§ **To do**
With the line that contains "#45=IFCINDEXEDPOLYGONALFACE((5,7,8,6));" as the final line, return every line from the start of the data below exactly.

§ **Data for this task**
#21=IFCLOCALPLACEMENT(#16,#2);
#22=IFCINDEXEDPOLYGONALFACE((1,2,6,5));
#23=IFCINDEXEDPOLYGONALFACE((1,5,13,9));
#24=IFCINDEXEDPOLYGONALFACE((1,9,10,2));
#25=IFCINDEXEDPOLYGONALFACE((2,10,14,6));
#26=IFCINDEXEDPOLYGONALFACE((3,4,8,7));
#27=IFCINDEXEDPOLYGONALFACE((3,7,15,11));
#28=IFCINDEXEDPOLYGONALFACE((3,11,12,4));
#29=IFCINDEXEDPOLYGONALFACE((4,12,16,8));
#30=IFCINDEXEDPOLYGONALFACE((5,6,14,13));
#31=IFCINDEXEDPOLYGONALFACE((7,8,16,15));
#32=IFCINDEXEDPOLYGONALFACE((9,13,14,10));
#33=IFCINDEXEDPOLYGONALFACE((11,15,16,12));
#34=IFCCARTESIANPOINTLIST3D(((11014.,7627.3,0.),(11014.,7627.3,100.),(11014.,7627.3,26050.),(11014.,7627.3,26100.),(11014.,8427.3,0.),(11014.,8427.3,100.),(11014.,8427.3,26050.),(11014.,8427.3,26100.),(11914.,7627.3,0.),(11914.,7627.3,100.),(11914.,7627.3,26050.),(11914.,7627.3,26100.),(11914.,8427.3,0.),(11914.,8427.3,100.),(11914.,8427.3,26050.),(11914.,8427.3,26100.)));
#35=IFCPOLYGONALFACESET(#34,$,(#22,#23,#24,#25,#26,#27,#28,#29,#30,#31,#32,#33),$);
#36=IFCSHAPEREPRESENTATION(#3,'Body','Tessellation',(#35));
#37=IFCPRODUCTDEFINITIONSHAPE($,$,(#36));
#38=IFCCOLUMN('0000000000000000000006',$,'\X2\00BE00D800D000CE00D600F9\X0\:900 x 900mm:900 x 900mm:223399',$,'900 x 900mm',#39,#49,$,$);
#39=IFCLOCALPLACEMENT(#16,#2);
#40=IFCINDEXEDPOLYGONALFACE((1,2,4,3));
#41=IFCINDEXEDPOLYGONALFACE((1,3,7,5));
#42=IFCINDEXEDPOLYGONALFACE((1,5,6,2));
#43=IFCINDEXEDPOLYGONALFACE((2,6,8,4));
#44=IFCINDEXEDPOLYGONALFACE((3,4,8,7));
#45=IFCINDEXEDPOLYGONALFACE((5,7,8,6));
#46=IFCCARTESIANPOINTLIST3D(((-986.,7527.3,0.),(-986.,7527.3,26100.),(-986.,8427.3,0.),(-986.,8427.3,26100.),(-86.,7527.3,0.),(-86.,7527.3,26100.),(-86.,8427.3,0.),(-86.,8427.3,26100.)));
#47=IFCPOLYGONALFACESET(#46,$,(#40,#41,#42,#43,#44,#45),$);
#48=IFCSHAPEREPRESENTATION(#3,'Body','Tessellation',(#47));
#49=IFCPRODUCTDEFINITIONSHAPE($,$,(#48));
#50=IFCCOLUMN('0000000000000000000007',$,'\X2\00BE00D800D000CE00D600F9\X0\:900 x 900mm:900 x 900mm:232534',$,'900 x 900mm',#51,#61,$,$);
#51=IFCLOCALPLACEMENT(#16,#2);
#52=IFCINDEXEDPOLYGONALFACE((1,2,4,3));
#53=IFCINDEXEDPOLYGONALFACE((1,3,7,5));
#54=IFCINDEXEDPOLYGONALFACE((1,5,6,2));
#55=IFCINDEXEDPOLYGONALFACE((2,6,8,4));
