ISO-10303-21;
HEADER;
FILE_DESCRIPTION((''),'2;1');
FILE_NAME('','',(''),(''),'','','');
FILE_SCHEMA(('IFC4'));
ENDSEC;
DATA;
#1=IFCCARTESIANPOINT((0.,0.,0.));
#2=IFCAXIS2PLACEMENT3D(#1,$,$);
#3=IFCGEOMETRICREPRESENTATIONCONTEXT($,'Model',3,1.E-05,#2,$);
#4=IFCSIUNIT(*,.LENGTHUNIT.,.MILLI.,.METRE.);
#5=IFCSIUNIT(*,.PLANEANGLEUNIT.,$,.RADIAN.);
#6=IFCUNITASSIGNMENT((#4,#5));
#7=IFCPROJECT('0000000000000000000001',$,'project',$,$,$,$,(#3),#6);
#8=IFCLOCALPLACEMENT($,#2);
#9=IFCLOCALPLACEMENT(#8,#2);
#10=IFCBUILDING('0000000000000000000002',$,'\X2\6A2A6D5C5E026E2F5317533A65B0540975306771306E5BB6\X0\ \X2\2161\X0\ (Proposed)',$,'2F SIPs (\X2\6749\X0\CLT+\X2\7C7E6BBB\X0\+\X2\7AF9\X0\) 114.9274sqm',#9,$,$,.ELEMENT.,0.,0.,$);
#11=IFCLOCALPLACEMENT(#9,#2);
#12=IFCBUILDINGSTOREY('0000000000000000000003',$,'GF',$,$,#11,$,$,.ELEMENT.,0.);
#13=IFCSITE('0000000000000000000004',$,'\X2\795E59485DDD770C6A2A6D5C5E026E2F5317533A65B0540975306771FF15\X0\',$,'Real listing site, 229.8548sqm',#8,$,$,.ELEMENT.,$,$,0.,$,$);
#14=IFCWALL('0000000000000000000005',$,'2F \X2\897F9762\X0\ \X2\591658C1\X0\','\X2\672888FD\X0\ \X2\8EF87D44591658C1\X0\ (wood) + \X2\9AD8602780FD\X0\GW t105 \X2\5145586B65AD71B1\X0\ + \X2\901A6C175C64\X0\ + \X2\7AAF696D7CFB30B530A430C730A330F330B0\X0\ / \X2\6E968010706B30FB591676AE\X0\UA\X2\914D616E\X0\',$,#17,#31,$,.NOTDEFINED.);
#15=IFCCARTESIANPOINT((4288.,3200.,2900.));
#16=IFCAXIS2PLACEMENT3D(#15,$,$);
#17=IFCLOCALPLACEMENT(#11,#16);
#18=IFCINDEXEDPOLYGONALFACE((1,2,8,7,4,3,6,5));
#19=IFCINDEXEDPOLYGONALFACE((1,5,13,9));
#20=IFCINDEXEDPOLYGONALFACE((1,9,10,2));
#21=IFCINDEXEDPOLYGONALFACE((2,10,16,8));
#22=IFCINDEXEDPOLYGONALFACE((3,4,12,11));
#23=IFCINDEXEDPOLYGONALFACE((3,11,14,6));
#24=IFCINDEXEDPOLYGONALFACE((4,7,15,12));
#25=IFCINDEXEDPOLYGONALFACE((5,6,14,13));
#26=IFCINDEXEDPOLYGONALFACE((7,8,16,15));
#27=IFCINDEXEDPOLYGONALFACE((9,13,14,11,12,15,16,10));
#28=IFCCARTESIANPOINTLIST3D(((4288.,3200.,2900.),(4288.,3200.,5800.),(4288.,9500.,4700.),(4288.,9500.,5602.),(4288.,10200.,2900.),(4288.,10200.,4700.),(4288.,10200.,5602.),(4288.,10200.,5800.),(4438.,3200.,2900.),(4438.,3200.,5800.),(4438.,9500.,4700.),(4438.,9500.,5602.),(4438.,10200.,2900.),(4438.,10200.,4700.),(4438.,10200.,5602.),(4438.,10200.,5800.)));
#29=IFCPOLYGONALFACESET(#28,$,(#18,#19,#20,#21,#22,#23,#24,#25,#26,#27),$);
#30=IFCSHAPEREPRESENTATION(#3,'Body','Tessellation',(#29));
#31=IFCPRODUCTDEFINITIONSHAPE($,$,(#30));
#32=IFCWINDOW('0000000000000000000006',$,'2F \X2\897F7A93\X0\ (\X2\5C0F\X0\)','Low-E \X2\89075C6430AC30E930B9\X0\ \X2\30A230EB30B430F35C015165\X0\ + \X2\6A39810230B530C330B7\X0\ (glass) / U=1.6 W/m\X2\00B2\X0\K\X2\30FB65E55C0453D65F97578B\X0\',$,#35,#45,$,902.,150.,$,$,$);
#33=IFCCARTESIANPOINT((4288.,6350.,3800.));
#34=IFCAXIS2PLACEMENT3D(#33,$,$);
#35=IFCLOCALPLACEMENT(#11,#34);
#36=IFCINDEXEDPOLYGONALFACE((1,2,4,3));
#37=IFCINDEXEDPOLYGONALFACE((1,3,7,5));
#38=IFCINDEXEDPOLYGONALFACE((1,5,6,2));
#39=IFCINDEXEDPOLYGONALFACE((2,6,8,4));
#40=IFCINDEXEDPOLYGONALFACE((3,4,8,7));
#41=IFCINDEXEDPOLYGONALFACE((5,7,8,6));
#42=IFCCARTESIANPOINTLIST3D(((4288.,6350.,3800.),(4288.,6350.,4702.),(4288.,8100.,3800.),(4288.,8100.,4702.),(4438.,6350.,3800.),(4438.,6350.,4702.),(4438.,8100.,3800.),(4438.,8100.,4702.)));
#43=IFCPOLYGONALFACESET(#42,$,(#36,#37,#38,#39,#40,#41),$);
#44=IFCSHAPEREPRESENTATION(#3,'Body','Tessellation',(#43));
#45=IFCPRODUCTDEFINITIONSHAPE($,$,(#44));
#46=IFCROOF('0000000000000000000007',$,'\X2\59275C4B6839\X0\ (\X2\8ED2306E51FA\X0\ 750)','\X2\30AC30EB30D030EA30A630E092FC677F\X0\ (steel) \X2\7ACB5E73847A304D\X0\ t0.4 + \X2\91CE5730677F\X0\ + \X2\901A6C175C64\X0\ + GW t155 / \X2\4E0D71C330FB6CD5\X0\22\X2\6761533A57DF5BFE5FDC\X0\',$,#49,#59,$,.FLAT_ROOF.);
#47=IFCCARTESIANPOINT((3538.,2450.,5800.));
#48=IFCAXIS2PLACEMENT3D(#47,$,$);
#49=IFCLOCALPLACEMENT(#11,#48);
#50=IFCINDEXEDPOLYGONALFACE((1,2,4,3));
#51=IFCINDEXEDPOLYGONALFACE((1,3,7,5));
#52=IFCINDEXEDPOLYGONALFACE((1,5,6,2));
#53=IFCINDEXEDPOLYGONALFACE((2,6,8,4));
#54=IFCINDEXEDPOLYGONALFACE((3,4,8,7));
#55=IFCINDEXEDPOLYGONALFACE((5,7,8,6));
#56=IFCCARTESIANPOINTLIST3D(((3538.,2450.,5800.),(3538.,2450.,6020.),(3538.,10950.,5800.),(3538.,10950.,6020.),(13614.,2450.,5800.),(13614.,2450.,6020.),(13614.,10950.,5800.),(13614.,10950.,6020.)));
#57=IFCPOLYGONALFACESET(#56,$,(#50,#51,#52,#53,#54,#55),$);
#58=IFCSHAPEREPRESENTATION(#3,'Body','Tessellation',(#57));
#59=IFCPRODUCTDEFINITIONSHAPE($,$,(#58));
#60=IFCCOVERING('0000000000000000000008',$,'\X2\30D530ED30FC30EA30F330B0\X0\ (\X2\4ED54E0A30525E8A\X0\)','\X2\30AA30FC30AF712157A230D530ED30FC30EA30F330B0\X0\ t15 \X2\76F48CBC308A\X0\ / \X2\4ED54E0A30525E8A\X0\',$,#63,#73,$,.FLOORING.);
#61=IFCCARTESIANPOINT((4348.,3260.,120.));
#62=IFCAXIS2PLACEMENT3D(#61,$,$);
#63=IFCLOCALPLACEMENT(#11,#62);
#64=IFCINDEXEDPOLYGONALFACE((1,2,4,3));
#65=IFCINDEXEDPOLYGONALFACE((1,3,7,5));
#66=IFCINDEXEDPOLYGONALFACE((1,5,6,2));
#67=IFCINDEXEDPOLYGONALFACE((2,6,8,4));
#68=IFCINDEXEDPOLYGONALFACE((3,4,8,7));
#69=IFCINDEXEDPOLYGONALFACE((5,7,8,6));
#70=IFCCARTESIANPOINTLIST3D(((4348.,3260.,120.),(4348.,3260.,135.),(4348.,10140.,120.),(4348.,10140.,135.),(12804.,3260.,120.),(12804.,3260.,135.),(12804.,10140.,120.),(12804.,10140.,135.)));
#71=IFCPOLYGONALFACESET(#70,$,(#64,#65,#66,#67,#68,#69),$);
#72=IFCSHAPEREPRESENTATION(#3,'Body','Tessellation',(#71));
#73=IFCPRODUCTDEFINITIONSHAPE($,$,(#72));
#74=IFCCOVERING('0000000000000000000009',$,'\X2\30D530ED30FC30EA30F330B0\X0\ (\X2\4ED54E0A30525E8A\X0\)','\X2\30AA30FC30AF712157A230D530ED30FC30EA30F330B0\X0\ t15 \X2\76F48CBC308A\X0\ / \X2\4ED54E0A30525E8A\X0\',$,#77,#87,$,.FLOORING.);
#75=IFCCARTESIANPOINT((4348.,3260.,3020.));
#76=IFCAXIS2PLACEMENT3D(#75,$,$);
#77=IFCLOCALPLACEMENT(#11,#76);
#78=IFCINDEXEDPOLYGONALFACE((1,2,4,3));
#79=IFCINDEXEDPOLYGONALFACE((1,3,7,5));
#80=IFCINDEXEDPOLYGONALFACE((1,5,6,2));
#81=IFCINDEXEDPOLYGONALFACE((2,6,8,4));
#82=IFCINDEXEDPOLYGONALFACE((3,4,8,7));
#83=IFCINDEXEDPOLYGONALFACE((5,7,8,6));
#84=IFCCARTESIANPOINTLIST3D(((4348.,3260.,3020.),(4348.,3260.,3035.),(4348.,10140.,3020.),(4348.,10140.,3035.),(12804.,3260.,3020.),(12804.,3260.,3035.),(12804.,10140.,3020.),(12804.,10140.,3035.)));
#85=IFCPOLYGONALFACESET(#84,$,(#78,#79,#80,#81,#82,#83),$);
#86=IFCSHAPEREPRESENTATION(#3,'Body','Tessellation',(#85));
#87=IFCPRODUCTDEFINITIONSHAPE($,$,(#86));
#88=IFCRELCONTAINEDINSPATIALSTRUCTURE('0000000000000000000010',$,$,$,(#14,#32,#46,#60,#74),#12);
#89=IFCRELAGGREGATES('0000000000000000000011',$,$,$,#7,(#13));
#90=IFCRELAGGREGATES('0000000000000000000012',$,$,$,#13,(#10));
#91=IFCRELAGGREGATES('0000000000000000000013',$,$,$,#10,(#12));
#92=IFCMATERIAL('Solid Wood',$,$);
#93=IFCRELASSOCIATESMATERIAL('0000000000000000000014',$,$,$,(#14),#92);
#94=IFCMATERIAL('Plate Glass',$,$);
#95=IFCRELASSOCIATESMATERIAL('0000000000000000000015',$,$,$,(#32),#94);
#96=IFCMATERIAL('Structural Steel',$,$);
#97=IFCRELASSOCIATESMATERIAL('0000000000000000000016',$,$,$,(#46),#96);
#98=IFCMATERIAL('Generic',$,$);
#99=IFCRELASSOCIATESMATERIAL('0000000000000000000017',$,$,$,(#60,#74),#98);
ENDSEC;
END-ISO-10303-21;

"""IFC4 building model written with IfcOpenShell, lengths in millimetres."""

from ifc_helpers import new_model, si_unit, frame, frame_2d, origin, place, context, project, spatial, rectangle, extrude, material, element, fill, save


model = new_model("IFC4")

# Units and contexts
model_context = context("Model", 3, precision=1e-05, world=origin())
ifc_project = project(units=[si_unit("LENGTHUNIT", "METRE", prefix="MILLI"), si_unit("PLANEANGLEUNIT", "RADIAN")], contexts=[model_context])

# Site, building, storey
site_placement = place(None, origin())
site = spatial("IfcSite", under=ifc_project, at=site_placement, Name="神奈川県横浜市港北区新吉田東５", ObjectType="Real listing site, 229.8548sqm", CompositionType="ELEMENT", RefElevation=0.0)
building_placement = place(site_placement, origin())
building = spatial("IfcBuilding", under=site, at=building_placement, Name="横浜市港北区新吉田東の家 Ⅱ (Proposed)", ObjectType="2F SIPs (杉CLT+籾殻+竹) 114.9274sqm", CompositionType="ELEMENT", ElevationOfRefHeight=0.0, ElevationOfTerrain=0.0)
storey_placement = place(building_placement, origin())
storey = spatial("IfcBuildingStorey", under=building, at=storey_placement, Name="GF", CompositionType="ELEMENT", Elevation=0.0)

# Shared definitions
ifc_material_1 = material(Name="Solid Wood")

# Shared definitions
ifc_material_2 = material(Name="Plate Glass")

# Wall, opening, window
wall_1_placement = place(storey_placement, frame((4288.0, 3200.0, 2900.0)))
wall_1 = element("IfcWall", 1, at=wall_1_placement, inside=storey, material=ifc_material_1, Name="2F 西面 外壁", Description="木製 軸組外壁 (wood) + 高性能GW t105 充填断熱 + 通気層 + 窯業系サイディング / 準耐火・外皮UA配慮", PredefinedType="NOTDEFINED", context=model_context, shape_type="SweptSolid", body=[
    extrude(rectangle(XDim=150.0, YDim=7000.0, at=frame_2d((75.0, 3500.0))), frame((4288.0, 3200.0, 2900.0)), (0.0, 0.0, 1.0), 2900.0),
])
opening_1_placement = place(storey_placement, frame((4288.0, 6350.0, 3800.0)))
opening_1 = element("IfcOpeningElement", 2, at=opening_1_placement, cuts=wall_1, PredefinedType="NOTDEFINED", context=model_context, shape_type="SweptSolid", body=[
    extrude(rectangle(XDim=150.0, YDim=1750.0, at=frame_2d((75.0, 875.0))), frame((4288.0, 6350.0, 3800.0)), (0.0, 0.0, 1.0), 902.0),
])
window_1_placement = place(storey_placement, frame((4288.0, 6350.0, 3800.0)))
window_1 = element("IfcWindow", 3, at=window_1_placement, inside=storey, material=ifc_material_2, Name="2F 西窓 (小)", Description="Low-E 複層ガラス アルゴン封入 + 樹脂サッシ (glass) / U=1.6 W/m²K・日射取得型", OverallHeight=902.0, OverallWidth=150.0, context=model_context, shape_type="SweptSolid", body=[
    extrude(rectangle(XDim=150.0, YDim=1750.0, at=frame_2d((75.0, 875.0))), frame((4288.0, 6350.0, 3800.0)), (0.0, 0.0, 1.0), 902.0),
])
fill(opening_1, window_1)

# Roof
ifc_material_3 = material(Name="Structural Steel")
roof_placement = place(storey_placement, frame((3538.0, 2450.0, 5800.0)))
element("IfcRoof", 4, at=roof_placement, inside=storey, material=ifc_material_3, Name="大屋根 (軒の出 750)", Description="ガルバリウム鋼板 (steel) 立平葺き t0.4 + 野地板 + 通気層 + GW t155 / 不燃・法22条区域対応", PredefinedType="FLAT_ROOF", context=model_context, shape_type="SweptSolid", body=[
    extrude(rectangle(XDim=10076.0, YDim=8500.0, at=frame_2d((5038.0, 4250.0))), frame((3538.0, 2450.0, 5800.0)), (0.0, 0.0, 1.0), 220.0),
])

# Coverings
ifc_material_4 = material(Name="Generic")
covering_1_placement = place(storey_placement, frame((4348.0, 3260.0, 120.0)))
element("IfcCovering", 5, at=covering_1_placement, inside=storey, material=ifc_material_4, Name="フローリング (仕上げ床)", Description="オーク無垢フローリング t15 直貼り / 仕上げ床", PredefinedType="FLOORING", context=model_context, shape_type="SweptSolid", body=[
    extrude(rectangle(XDim=8456.0, YDim=6880.0, at=frame_2d((4228.0, 3440.0))), frame((4348.0, 3260.0, 120.0)), (0.0, 0.0, 1.0), 15.0),
])
covering_2_placement = place(storey_placement, frame((4348.0, 3260.0, 3020.0)))
element("IfcCovering", 6, at=covering_2_placement, inside=storey, material=ifc_material_4, Name="フローリング (仕上げ床)", Description="オーク無垢フローリング t15 直貼り / 仕上げ床", PredefinedType="FLOORING", context=model_context, shape_type="SweptSolid", body=[
    extrude(rectangle(XDim=8456.0, YDim=6880.0, at=frame_2d((4228.0, 3440.0))), frame((4348.0, 3260.0, 3020.0)), (0.0, 0.0, 1.0), 15.0),
])

save(model, "model.ifc")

§ **Response box**
#21=IFCLOCALPLACEMENT(#16,#2);
#22=IFCINDEXEDPOLYGONALFACE((1,2,6,5));
#23=IFCINDEXEDPOLYGONALFACE((1,5,13,9));
#24=IFCINDEXEDPOLYGONALFACE((1,9,10,2));
#25=IFCINDEXEDPOLYGONALFACE((2,10,14,6));
#26=IFCINDEXEDPOLYGONALFACE((3,4,8,7));
#27=IFCINDEXEDPOLYGONALFACE((3,7,15,11));
#28=IFCINDEXEDPOLYGONALFACE((3,11,12,4));
#29=IFCINDEXEDPOLYGONALFACE((4,12,16,8));
#30=IFCINDEXEDPOLYGONALFACE((5,6,14,13));
#31=IFCINDEXEDPOLYGONALFACE((7,8,16,15));
#32=IFCINDEXEDPOLYGONALFACE((9,13,14,10));
#33=IFCINDEXEDPOLYGONALFACE((11,15,16,12));
#34=IFCCARTESIANPOINTLIST3D(((11014.,7627.3,0.),(11014.,7627.3,100.),(11014.,7627.3,26050.),(11014.,7627.3,26100.),(11014.,8427.3,0.),(11014.,8427.3,100.),(11014.,8427.3,26050.),(11014.,8427.3,26100.),(11914.,7627.3,0.),(11914.,7627.3,100.),(11914.,7627.3,26050.),(11914.,7627.3,26100.),(11914.,8427.3,0.),(11914.,8427.3,100.),(11914.,8427.3,26050.),(11914.,8427.3,26100.)));
#35=IFCPOLYGONALFACESET(#34,$,(#22,#23,#24,#25,#26,#27,#28,#29,#30,#31,#32,#33),$);
#36=IFCSHAPEREPRESENTATION(#3,'Body','Tessellation',(#35));
#37=IFCPRODUCTDEFINITIONSHAPE($,$,(#36));
#38=IFCCOLUMN('0000000000000000000006',$,'\X2\00BE00D800D000CE00D600F9\X0\:900 x 900mm:900 x 900mm:223399',$,'900 x 900mm',#39,#49,$,$);
#39=IFCLOCALPLACEMENT(#16,#2);
#40=IFCINDEXEDPOLYGONALFACE((1,2,4,3));
#41=IFCINDEXEDPOLYGONALFACE((1,3,7,5));
#42=IFCINDEXEDPOLYGONALFACE((1,5,6,2));
#43=IFCINDEXEDPOLYGONALFACE((2,6,8,4));
#44=IFCINDEXEDPOLYGONALFACE((3,4,8,7));
#45=IFCINDEXEDPOLYGONALFACE((5,7,8,6));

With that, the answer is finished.